[Minor] Usage of torch.unique workaround gives different results. Work-around provided
sairaamVenkatraman opened this issue · comments
The code you've given for the torch.unique to get the indices returns the indices of the last index in the original array, whereas torch_unique.unique returns the first indices. An example
x = torch.tensor([100, 10, 100, 1, 1000, 1, 1000, 1])
out, inverse = torch.unique(x, sorted=True, return_inverse=True)
perm = torch.arange(inverse.size(0), dtype=inverse.dtype, device=inverse.device)
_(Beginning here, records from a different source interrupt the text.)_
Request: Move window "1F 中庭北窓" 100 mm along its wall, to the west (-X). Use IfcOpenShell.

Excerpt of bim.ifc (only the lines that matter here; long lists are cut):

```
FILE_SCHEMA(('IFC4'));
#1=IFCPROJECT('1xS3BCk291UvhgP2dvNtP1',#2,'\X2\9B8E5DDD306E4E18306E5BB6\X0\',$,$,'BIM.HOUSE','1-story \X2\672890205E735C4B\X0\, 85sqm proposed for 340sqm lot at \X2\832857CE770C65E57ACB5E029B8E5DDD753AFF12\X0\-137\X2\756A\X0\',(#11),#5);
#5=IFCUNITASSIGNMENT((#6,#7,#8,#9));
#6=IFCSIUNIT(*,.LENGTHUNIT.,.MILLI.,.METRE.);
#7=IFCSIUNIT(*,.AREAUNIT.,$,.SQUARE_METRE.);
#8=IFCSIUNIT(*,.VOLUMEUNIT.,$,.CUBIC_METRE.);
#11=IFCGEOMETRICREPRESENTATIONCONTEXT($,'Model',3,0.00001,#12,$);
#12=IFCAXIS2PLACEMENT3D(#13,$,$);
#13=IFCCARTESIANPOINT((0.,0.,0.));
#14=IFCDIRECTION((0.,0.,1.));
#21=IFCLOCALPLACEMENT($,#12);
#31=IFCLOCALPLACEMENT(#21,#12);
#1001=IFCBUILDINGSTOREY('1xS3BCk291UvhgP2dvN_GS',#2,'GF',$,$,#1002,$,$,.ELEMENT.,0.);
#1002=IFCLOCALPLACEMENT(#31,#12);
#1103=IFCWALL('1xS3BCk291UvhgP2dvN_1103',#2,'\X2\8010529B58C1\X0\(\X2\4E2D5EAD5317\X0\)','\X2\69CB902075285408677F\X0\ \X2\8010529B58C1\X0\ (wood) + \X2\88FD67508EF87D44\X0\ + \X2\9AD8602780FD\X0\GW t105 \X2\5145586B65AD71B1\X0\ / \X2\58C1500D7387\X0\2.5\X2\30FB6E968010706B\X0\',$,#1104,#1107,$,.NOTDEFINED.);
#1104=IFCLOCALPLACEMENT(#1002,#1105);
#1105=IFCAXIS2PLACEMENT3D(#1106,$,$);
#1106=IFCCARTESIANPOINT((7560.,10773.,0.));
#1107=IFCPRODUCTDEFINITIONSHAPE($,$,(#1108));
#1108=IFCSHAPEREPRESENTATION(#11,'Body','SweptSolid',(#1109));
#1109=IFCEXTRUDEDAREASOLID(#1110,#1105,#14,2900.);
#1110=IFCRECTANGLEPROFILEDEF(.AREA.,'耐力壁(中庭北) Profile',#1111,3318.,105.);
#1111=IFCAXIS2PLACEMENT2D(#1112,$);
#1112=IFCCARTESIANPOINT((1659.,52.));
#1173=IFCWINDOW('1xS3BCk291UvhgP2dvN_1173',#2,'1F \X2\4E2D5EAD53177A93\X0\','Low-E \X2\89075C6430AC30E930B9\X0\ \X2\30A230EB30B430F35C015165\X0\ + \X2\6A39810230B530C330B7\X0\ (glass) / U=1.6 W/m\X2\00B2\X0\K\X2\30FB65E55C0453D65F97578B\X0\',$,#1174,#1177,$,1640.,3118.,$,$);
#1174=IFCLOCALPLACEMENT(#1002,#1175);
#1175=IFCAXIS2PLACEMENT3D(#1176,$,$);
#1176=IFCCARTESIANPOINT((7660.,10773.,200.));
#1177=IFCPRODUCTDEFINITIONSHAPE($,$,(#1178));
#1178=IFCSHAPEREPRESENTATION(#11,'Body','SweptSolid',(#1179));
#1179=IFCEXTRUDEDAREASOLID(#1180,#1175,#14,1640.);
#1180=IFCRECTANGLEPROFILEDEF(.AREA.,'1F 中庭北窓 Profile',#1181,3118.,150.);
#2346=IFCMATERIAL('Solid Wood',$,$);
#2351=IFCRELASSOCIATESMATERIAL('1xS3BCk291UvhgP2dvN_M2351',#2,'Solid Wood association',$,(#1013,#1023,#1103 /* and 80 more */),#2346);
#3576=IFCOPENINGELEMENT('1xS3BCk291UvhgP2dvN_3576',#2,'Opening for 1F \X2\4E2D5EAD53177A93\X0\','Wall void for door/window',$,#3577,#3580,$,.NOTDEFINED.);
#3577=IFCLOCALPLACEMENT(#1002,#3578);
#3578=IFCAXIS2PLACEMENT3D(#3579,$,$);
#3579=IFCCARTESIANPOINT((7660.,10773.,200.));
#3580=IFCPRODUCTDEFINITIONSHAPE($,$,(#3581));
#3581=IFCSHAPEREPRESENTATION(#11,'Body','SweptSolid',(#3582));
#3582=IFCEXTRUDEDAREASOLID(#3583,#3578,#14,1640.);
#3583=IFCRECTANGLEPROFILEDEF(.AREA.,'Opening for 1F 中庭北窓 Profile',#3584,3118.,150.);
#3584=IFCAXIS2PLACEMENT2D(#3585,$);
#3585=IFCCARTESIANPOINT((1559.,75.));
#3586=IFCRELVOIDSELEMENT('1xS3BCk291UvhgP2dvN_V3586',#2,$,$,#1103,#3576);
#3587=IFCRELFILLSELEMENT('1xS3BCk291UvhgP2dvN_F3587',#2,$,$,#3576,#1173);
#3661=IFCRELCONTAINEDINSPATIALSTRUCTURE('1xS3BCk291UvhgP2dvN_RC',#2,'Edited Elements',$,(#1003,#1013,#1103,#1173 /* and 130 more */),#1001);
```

```python
import ifcopenshell
import ifcopenshell.api.geometry
import ifcopenshell.util.placement
import ifcopenshell.util.unit

model = ifcopenshell.open("bim.ifc")
unit_scale = ifcopenshell.util.unit.calculate_unit_scale(model)

window = model.by_guid("1xS3BCk291UvhgP2dvN_1173")
opening = window.FillsVoids[0].RelatingOpeningElement
wall = opening.VoidsElements[0].RelatingBuildingElement

wall_matrix = ifcopenshell.util.placement.get_local_placement(wall.ObjectPlacement)
shift = wall_matrix[:3, 0] * -0.1 / unit_scale
before = ifcopenshell.util.placement.get_local_placement(window.ObjectPlacement)[:3, 3].copy()

# The window is not placed relative to its opening, so move both.
for product in (opening, window):
    matrix = ifcopenshell.util.placement.get_local_placement(product.ObjectPlacement)
    matrix[:3, 3] += shift
    ifcopenshell.api.geometry.edit_object_placement(model, product=product, matrix=matrix, is_si=False)

after = ifcopenshell.util.placement.get_local_placement(window.ObjectPlacement)[:3, 3]
print("window moved by", (after - before).round(3) + 0.0)

model.write("bim_v2.ifc")
```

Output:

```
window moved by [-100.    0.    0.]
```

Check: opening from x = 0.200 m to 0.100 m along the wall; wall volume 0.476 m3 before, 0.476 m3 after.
perm = inverse.new_empty(out.size(0)).scatter_(0, inverse, perm)
Here,
out = tensor([ 1, 10, 100, 1000])
perm = tensor([7, 1, 2, 6])
Running the code with torch_unique gives different results:
out1, perm1 = torch_unique.unique(x)
Here,
out1 = tensor([ 1, 10, 100, 1000])
perm1 = tensor([3, 1, 0, 4])
A workaround for this is
x = torch.tensor([100, 10, 100, 1, 1000, 1, 1000, 1])
out, inverse = torch.unique(x, sorted=True, return_inverse=True)
perm = torch.arange(inverse.size(0), dtype=inverse.dtype, device=inverse.device)
perm = torch.flip(inverse.unsqueeze(-1),[0,1]).view(-1,1).squeeze(-1)
inverse = torch.flip(inverse.unsqueeze(-1),[0,1]).view(-1,1).squeeze(-1)
perm = inverse.new_empty(out.size(0)).scatter_(0, inverse, perm)
Thank you. I will add it to the readme.